▶ **Material for the task**:
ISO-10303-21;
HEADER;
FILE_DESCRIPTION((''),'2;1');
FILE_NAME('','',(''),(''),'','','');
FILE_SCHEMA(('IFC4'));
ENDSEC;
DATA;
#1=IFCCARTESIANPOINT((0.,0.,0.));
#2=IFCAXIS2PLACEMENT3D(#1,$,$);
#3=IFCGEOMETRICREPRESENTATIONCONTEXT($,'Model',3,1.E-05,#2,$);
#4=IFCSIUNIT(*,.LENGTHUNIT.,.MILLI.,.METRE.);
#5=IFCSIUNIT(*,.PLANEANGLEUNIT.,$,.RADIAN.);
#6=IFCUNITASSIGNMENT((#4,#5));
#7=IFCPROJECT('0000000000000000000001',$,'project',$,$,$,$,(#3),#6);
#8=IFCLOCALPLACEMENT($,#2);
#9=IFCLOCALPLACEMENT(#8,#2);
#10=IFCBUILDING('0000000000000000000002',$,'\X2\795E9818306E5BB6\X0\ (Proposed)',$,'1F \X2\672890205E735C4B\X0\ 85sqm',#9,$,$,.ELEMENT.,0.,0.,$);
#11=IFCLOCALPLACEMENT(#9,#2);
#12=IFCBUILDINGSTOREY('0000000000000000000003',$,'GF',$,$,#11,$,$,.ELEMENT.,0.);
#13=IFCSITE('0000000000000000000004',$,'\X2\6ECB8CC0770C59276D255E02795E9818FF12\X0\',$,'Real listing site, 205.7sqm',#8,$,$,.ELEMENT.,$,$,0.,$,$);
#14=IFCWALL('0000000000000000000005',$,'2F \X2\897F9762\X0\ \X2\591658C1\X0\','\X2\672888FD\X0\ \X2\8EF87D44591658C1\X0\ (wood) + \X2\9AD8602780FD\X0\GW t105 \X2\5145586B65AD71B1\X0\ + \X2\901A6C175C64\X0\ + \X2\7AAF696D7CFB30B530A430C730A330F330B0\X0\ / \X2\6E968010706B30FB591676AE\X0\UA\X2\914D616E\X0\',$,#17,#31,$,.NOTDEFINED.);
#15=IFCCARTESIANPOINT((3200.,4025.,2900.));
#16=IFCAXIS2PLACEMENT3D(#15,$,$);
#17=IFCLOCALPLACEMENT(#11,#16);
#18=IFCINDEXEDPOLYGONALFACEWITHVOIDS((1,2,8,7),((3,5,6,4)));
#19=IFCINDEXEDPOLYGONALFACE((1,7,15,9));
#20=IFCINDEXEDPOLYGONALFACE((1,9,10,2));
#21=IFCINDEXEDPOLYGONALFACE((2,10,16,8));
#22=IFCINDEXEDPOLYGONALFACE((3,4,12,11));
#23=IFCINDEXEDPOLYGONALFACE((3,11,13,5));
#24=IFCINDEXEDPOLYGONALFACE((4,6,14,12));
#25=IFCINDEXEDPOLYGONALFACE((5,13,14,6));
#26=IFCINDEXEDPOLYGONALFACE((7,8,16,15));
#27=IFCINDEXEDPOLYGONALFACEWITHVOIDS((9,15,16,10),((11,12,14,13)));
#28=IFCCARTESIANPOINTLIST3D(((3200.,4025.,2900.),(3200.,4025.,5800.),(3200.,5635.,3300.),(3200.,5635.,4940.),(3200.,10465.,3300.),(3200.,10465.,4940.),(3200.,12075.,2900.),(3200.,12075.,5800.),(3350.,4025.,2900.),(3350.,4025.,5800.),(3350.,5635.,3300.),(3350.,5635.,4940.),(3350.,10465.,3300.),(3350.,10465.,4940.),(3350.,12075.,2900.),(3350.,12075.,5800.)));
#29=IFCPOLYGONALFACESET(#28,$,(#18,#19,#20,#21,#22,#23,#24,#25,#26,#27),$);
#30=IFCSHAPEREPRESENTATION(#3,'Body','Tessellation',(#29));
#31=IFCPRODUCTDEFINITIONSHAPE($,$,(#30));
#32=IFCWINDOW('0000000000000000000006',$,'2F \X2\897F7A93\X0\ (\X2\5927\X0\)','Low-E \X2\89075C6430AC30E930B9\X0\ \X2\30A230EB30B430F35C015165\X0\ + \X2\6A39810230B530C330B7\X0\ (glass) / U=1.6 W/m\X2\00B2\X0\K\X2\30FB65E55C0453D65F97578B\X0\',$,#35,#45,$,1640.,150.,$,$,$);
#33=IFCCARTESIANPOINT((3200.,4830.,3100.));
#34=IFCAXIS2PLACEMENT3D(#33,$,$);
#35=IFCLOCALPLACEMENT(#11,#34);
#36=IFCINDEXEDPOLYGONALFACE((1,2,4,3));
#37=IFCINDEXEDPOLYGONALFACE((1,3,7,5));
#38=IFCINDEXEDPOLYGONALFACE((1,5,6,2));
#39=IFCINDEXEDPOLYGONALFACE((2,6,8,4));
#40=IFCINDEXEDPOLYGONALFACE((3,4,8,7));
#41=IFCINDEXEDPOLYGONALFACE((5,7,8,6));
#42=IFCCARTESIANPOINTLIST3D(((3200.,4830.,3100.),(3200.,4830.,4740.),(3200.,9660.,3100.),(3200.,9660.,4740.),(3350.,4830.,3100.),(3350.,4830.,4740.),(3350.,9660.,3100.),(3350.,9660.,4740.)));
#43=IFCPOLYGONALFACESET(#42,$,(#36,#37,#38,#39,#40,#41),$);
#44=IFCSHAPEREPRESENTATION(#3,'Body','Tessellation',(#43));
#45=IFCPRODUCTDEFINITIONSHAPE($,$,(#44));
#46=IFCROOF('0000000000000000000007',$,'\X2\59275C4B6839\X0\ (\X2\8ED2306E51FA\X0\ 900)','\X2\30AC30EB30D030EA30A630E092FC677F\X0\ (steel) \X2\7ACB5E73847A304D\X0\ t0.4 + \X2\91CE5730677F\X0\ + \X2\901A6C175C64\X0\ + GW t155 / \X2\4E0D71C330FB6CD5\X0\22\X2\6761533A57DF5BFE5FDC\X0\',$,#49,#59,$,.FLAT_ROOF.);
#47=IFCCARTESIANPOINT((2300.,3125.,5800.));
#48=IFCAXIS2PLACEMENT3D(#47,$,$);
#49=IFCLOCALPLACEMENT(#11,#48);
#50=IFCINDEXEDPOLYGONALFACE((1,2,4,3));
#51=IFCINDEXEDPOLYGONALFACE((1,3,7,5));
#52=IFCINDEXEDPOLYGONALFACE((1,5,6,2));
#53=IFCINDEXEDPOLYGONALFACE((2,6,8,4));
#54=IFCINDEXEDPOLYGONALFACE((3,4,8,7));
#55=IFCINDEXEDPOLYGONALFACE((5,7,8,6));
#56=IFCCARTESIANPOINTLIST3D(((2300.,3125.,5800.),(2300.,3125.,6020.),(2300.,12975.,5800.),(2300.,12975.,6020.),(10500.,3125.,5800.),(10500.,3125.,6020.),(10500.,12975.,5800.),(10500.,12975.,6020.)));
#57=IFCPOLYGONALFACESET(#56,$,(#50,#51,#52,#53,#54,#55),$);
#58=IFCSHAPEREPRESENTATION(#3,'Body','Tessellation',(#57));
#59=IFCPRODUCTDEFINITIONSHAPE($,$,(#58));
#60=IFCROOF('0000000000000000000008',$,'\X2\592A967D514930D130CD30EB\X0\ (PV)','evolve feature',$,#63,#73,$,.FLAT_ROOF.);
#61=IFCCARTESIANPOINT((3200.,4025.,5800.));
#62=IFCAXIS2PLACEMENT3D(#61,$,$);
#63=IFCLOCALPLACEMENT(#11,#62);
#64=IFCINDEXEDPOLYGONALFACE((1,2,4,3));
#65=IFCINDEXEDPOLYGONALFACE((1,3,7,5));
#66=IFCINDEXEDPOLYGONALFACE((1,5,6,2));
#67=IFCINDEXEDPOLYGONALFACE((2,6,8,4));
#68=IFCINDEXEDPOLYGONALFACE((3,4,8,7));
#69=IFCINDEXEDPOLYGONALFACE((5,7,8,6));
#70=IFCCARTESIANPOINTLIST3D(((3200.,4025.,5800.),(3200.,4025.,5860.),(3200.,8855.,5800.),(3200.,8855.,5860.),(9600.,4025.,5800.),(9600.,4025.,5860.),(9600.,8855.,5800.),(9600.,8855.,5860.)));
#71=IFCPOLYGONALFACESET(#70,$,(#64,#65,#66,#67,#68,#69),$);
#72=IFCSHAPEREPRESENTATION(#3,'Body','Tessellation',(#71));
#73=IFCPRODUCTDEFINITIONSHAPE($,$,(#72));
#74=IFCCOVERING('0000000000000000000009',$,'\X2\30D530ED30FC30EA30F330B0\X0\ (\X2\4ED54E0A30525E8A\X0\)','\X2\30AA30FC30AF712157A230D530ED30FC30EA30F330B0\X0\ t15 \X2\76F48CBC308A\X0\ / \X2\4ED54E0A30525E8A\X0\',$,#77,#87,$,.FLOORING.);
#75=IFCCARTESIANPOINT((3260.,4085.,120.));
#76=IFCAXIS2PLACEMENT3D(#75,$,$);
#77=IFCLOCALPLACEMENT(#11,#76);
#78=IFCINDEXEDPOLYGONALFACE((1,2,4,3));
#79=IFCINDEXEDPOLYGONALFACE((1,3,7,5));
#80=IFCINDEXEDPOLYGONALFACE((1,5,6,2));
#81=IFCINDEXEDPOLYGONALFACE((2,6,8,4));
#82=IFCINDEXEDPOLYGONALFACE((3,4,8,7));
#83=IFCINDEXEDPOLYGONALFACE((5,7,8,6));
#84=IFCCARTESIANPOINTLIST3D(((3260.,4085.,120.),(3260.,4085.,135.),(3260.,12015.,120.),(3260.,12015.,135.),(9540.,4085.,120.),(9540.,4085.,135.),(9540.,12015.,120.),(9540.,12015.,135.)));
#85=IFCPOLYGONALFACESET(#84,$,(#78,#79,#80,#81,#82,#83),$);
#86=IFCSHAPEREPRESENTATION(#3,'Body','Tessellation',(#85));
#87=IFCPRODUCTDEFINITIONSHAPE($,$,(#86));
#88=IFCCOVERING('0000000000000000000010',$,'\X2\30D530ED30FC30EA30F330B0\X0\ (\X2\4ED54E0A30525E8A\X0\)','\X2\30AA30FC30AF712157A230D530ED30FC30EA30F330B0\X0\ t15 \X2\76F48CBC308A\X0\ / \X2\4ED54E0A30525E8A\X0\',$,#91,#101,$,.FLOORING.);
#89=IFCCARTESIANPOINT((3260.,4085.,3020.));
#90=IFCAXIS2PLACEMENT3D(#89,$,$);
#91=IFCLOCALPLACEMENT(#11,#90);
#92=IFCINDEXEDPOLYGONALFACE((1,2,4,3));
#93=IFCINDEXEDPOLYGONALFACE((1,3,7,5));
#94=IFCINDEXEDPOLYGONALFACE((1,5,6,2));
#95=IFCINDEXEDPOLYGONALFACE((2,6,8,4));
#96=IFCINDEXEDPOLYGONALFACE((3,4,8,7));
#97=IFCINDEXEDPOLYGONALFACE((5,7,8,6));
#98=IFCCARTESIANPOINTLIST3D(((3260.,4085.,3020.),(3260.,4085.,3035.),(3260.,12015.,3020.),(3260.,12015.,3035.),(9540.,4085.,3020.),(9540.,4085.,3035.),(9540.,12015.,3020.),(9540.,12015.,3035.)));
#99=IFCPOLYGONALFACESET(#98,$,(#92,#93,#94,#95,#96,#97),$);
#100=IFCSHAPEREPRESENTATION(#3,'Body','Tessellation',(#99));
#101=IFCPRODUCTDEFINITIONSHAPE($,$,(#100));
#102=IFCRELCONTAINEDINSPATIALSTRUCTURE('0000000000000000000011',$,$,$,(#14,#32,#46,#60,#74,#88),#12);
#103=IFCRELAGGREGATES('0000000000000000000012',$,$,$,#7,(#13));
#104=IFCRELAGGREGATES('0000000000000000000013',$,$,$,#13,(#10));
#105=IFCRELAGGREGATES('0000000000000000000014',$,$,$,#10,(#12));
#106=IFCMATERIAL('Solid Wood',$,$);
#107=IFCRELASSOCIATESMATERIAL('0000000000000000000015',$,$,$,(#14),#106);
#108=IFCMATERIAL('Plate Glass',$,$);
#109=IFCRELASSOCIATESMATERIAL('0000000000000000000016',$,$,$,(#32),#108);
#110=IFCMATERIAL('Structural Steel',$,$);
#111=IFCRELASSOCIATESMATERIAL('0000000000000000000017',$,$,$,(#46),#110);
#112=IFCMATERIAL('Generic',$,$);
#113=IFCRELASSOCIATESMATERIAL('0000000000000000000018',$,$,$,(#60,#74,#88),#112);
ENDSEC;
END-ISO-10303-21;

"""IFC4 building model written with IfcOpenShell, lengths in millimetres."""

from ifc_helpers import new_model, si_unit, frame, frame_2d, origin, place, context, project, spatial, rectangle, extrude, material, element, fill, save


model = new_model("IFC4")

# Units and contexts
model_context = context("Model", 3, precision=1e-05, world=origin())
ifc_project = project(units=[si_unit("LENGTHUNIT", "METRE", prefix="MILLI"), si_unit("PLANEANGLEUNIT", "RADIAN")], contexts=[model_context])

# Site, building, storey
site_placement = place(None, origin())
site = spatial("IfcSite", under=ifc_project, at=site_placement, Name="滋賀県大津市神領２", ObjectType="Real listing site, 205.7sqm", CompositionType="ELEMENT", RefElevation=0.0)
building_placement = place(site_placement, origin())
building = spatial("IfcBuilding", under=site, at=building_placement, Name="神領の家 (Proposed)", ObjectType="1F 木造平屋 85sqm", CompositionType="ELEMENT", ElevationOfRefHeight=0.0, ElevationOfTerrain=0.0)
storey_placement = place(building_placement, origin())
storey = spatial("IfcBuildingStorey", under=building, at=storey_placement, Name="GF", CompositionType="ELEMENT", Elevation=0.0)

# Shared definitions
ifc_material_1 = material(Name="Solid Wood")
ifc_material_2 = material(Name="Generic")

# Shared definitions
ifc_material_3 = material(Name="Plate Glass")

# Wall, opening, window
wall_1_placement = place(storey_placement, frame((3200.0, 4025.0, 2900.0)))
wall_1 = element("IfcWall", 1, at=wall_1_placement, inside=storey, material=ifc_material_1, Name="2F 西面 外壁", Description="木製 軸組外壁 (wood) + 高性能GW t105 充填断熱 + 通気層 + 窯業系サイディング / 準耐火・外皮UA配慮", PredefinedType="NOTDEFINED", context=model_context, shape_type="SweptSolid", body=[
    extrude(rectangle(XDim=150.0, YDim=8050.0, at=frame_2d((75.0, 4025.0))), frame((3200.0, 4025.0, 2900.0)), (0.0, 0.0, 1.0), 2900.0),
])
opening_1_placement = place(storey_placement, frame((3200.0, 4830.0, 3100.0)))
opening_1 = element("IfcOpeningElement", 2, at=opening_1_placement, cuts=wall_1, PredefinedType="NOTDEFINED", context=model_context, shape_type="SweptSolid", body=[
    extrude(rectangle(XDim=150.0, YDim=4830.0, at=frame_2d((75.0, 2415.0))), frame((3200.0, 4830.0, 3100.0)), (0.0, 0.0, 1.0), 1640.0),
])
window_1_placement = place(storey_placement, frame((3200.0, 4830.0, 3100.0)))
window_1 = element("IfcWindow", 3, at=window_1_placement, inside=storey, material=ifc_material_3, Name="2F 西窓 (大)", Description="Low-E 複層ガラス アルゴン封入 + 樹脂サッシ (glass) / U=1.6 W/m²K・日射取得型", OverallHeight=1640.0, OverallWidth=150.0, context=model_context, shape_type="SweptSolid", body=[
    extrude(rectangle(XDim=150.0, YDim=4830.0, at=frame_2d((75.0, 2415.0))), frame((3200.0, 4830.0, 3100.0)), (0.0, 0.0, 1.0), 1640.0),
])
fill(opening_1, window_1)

--

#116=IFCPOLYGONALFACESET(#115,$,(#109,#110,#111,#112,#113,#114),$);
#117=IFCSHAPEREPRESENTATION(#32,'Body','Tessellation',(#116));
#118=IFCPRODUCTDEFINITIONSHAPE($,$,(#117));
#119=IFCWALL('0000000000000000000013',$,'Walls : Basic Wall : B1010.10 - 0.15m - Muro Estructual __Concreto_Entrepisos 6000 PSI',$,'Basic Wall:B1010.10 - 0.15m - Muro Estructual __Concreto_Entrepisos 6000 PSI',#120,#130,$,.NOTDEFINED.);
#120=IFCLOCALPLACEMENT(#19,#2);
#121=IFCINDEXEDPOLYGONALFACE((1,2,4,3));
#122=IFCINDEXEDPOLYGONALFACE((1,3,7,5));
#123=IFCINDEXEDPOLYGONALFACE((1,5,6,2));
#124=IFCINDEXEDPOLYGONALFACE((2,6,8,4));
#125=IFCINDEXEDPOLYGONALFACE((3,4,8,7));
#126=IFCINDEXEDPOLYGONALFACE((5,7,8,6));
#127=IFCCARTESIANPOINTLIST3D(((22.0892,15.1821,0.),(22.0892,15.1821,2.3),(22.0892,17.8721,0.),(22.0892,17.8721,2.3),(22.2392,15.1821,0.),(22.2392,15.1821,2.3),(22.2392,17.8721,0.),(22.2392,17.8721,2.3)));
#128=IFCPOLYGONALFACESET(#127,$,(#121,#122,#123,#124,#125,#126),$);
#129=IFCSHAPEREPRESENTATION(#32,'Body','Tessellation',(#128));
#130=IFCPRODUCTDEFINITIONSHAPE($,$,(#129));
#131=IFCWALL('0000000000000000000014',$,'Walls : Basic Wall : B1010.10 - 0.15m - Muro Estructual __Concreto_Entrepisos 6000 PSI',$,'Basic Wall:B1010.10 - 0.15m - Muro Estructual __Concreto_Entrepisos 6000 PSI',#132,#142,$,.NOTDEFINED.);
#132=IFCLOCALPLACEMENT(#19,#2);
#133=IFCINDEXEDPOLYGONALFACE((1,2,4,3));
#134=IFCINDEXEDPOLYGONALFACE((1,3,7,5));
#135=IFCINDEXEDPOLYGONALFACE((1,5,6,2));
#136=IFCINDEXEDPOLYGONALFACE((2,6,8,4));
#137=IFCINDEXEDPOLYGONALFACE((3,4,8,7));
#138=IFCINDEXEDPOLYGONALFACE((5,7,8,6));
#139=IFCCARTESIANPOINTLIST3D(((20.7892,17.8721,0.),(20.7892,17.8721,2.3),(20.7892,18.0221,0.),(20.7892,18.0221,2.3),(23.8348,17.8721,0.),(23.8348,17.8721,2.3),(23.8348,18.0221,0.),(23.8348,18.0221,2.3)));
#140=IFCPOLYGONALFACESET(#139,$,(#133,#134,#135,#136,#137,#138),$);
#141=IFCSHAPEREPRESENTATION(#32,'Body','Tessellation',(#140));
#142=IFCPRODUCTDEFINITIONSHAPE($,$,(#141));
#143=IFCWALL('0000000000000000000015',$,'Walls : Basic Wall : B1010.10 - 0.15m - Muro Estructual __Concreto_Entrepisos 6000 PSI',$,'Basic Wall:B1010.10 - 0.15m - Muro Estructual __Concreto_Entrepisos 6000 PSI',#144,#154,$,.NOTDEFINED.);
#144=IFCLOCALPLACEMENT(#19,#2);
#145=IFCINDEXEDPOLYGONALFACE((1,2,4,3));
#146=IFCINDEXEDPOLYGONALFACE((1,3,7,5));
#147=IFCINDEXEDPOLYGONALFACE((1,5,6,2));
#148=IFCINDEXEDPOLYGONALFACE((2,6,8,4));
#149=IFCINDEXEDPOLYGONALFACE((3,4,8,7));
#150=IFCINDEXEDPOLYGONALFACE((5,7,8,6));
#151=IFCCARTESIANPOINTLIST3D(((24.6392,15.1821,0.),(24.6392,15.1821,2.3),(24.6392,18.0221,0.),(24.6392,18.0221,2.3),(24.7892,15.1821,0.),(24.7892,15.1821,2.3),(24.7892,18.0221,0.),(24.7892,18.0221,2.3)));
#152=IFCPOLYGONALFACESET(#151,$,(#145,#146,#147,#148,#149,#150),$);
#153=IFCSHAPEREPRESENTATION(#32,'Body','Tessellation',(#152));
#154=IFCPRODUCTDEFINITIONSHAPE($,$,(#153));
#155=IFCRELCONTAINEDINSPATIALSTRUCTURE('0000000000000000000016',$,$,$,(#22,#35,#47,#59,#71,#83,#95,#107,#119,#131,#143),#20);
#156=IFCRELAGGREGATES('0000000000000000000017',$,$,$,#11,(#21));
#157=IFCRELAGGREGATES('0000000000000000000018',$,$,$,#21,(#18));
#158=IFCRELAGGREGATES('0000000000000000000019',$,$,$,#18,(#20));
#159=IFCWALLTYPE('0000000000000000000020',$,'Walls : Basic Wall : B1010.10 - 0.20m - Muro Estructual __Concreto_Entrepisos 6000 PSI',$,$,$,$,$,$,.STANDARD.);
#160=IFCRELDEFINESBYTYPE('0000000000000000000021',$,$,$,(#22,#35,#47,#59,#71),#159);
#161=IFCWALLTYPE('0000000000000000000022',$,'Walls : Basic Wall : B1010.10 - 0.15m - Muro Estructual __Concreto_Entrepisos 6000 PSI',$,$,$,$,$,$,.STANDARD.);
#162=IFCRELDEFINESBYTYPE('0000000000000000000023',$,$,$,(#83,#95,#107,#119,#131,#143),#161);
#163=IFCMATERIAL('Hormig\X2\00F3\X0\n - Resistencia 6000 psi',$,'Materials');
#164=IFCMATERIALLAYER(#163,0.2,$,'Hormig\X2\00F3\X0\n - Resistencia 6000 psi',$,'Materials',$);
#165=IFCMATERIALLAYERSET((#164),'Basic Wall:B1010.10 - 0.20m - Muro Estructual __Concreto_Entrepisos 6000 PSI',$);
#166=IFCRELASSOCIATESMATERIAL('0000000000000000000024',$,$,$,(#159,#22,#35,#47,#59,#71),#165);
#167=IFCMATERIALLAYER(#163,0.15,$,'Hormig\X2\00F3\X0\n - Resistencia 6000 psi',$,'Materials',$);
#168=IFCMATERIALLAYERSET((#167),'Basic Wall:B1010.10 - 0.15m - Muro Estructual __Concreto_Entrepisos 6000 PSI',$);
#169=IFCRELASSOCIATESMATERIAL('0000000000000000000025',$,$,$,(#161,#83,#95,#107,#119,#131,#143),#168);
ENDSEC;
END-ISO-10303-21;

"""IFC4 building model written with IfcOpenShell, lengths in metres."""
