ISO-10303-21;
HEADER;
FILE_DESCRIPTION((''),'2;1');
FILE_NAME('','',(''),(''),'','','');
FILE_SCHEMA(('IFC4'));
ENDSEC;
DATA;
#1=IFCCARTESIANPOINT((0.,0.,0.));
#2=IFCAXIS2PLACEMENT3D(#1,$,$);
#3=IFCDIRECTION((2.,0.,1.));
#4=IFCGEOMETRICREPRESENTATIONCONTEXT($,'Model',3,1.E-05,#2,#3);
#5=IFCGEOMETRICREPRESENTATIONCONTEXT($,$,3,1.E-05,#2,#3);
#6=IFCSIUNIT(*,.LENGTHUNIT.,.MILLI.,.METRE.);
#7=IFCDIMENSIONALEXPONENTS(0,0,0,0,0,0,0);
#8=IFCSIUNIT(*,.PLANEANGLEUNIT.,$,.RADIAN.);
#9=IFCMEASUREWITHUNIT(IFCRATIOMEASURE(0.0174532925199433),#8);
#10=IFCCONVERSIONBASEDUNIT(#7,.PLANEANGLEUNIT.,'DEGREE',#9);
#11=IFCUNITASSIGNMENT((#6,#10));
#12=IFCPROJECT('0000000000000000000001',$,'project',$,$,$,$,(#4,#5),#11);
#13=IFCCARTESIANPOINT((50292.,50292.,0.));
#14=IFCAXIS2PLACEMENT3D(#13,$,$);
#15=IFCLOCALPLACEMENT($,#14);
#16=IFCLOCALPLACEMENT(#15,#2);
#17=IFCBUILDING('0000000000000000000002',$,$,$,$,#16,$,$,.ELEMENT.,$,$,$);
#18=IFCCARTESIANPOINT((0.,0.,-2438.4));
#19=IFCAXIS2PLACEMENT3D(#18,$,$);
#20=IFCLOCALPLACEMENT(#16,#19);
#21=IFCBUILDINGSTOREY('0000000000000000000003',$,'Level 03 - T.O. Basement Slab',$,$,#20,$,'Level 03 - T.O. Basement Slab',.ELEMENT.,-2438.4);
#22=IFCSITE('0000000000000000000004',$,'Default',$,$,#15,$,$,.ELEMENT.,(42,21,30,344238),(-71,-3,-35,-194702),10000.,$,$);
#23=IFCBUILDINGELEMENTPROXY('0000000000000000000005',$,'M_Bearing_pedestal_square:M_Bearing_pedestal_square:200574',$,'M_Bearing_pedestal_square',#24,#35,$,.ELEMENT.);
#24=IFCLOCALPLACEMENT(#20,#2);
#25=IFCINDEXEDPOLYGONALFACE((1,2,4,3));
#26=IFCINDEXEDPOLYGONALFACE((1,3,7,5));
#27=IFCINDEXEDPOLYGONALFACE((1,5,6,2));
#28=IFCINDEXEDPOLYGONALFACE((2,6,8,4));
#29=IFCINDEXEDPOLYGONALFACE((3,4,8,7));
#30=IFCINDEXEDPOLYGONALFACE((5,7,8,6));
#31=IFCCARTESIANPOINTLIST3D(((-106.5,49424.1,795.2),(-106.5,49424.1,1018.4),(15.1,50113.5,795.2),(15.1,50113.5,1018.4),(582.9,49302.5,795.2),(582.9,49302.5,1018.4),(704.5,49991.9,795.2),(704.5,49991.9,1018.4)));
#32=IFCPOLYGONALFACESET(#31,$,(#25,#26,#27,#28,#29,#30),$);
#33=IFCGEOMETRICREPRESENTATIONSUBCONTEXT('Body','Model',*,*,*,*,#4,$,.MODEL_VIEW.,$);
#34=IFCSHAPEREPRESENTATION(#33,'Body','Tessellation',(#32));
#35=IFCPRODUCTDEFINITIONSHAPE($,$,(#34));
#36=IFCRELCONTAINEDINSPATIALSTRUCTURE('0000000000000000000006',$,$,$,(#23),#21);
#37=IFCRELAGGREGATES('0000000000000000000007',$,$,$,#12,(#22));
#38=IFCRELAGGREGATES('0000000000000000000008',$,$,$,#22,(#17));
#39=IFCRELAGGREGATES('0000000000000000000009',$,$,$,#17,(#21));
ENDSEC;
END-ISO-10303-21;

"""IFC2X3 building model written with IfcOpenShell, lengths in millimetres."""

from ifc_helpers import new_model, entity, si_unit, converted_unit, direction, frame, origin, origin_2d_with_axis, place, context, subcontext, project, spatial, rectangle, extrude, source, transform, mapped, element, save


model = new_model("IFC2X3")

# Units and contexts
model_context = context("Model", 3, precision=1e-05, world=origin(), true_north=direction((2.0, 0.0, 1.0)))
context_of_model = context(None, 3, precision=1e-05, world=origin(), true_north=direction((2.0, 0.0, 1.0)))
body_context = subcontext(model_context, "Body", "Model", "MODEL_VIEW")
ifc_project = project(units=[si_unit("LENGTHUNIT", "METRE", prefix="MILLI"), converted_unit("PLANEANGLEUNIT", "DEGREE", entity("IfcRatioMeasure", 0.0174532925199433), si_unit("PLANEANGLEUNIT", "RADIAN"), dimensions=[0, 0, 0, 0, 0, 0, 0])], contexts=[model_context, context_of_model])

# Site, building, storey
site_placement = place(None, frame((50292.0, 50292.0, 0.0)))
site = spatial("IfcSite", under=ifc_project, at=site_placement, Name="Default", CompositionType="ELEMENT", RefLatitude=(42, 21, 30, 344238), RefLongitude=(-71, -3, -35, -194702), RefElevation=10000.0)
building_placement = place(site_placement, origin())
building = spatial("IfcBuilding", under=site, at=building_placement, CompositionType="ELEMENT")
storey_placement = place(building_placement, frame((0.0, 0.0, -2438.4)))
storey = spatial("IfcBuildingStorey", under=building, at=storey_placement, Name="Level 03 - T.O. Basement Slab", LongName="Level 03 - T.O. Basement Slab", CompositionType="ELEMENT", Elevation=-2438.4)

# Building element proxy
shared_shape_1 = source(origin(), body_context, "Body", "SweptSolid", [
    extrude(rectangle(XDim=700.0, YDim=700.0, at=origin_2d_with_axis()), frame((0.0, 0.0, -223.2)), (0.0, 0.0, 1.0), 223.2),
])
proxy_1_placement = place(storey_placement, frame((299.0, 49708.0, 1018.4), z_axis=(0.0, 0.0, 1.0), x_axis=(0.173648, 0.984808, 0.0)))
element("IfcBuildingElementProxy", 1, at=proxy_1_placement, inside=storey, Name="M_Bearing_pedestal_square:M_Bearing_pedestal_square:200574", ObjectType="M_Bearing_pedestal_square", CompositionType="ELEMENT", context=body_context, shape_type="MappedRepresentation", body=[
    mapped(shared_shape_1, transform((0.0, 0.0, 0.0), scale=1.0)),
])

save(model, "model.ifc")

▶ **Goal of the exercise**:
Give the total number of lines in the entries that contain the word "IFCRELASSOCIATESMATERIAL", with no other words.

▶ **Response box**:
6